== Supplied entries ==
● ● ● ●

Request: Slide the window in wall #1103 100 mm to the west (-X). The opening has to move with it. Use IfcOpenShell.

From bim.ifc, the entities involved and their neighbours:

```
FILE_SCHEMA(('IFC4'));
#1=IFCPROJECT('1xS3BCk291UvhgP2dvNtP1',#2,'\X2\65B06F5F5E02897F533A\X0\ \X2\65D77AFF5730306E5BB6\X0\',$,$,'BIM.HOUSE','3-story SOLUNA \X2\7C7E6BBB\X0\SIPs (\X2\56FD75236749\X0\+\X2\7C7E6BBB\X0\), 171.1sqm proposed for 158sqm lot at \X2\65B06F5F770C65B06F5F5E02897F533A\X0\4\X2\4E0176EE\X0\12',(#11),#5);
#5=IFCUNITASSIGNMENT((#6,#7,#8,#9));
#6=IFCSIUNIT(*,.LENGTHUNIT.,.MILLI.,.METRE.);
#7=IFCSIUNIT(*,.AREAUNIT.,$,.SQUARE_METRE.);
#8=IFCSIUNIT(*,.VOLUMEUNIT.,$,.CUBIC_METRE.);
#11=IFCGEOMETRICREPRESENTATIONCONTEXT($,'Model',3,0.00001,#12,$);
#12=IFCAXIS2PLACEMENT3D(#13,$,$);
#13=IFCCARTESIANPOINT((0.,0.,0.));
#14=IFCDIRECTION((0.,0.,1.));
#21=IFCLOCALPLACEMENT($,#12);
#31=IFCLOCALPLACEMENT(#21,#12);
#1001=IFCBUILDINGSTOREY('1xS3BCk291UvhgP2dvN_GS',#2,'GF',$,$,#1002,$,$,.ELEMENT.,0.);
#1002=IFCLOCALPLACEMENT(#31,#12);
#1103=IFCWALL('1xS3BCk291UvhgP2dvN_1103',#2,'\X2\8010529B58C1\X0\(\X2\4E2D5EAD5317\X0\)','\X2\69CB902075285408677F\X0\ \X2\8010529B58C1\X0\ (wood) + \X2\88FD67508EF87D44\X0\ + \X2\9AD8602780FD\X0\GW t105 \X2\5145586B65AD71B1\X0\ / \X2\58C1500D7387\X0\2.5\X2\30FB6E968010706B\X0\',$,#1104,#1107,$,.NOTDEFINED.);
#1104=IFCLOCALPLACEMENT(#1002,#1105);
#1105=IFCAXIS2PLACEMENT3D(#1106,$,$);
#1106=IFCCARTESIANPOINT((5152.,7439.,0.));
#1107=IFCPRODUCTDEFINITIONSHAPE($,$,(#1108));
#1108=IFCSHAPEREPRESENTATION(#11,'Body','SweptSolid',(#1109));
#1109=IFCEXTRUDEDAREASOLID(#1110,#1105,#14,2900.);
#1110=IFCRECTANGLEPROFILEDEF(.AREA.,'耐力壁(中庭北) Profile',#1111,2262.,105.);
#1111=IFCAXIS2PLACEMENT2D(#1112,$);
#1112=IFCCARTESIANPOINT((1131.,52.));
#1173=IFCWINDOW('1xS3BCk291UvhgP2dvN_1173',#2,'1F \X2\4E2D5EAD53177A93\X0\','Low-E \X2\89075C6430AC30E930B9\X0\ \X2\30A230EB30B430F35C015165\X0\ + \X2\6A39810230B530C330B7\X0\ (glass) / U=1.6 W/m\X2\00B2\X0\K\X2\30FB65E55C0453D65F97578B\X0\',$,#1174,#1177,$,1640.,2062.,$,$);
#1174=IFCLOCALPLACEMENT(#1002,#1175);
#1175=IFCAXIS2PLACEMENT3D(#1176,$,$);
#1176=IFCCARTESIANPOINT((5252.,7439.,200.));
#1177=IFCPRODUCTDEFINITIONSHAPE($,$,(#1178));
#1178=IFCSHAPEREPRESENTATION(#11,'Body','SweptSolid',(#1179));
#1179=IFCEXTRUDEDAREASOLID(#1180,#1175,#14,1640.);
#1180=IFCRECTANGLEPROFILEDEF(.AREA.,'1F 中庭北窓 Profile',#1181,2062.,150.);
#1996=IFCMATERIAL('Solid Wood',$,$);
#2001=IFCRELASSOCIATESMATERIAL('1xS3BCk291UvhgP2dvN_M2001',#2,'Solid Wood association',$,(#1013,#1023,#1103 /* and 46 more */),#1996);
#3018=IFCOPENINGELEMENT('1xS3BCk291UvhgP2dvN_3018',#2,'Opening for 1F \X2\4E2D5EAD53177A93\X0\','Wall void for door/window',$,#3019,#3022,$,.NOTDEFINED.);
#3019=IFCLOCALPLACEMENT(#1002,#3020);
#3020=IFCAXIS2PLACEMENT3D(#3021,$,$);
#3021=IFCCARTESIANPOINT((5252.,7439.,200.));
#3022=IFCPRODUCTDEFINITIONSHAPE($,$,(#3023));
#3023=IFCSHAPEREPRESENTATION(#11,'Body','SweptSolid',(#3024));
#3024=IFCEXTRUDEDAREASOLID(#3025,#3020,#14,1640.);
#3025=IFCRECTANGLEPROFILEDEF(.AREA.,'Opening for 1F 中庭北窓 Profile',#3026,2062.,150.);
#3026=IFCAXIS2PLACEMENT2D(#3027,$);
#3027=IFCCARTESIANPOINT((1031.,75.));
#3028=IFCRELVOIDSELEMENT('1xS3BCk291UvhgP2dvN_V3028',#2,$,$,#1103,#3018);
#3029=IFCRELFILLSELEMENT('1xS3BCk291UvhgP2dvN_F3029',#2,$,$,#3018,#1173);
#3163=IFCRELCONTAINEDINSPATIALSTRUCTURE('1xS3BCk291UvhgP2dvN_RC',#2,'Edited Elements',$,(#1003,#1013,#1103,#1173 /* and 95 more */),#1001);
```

```python
import ifcopenshell
import ifcopenshell.api.geometry
import ifcopenshell.util.placement
import ifcopenshell.util.unit

model = ifcopenshell.open("bim.ifc")
unit_scale = ifcopenshell.util.unit.calculate_unit_scale(model)

window = model.by_guid("1xS3BCk291UvhgP2dvN_1173")
opening = window.FillsVoids[0].RelatingOpeningElement
wall = opening.VoidsElements[0].RelatingBuildingElement

wall_matrix = ifcopenshell.util.placement.get_local_placement(wall.ObjectPlacement)
shift = wall_matrix[:3, 0] * -0.1 / unit_scale
before = ifcopenshell.util.placement.get_local_placement(window.ObjectPlacement)[:3, 3].copy()

# The window is not placed relative to its opening, so move both.
for product in (opening, window):
    matrix = ifcopenshell.util.placement.get_local_placement(product.ObjectPlacement)
    matrix[:3, 3] += shift
    ifcopenshell.api.geometry.edit_object_placement(model, product=product, matrix=matrix, is_si=False)

after = ifcopenshell.util.placement.get_local_placement(window.ObjectPlacement)[:3, 3]
print("window moved by", (after - before).round(3) + 0.0)

model.write("bim_updated.ifc")
```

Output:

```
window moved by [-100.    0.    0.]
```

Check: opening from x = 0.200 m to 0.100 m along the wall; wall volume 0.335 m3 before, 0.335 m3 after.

● ● ● ●

== Your instructions ==
Give the number of lines containing "IFCCARTESIANPOINT" in the entries, and no other text.

== Result of the task ==
6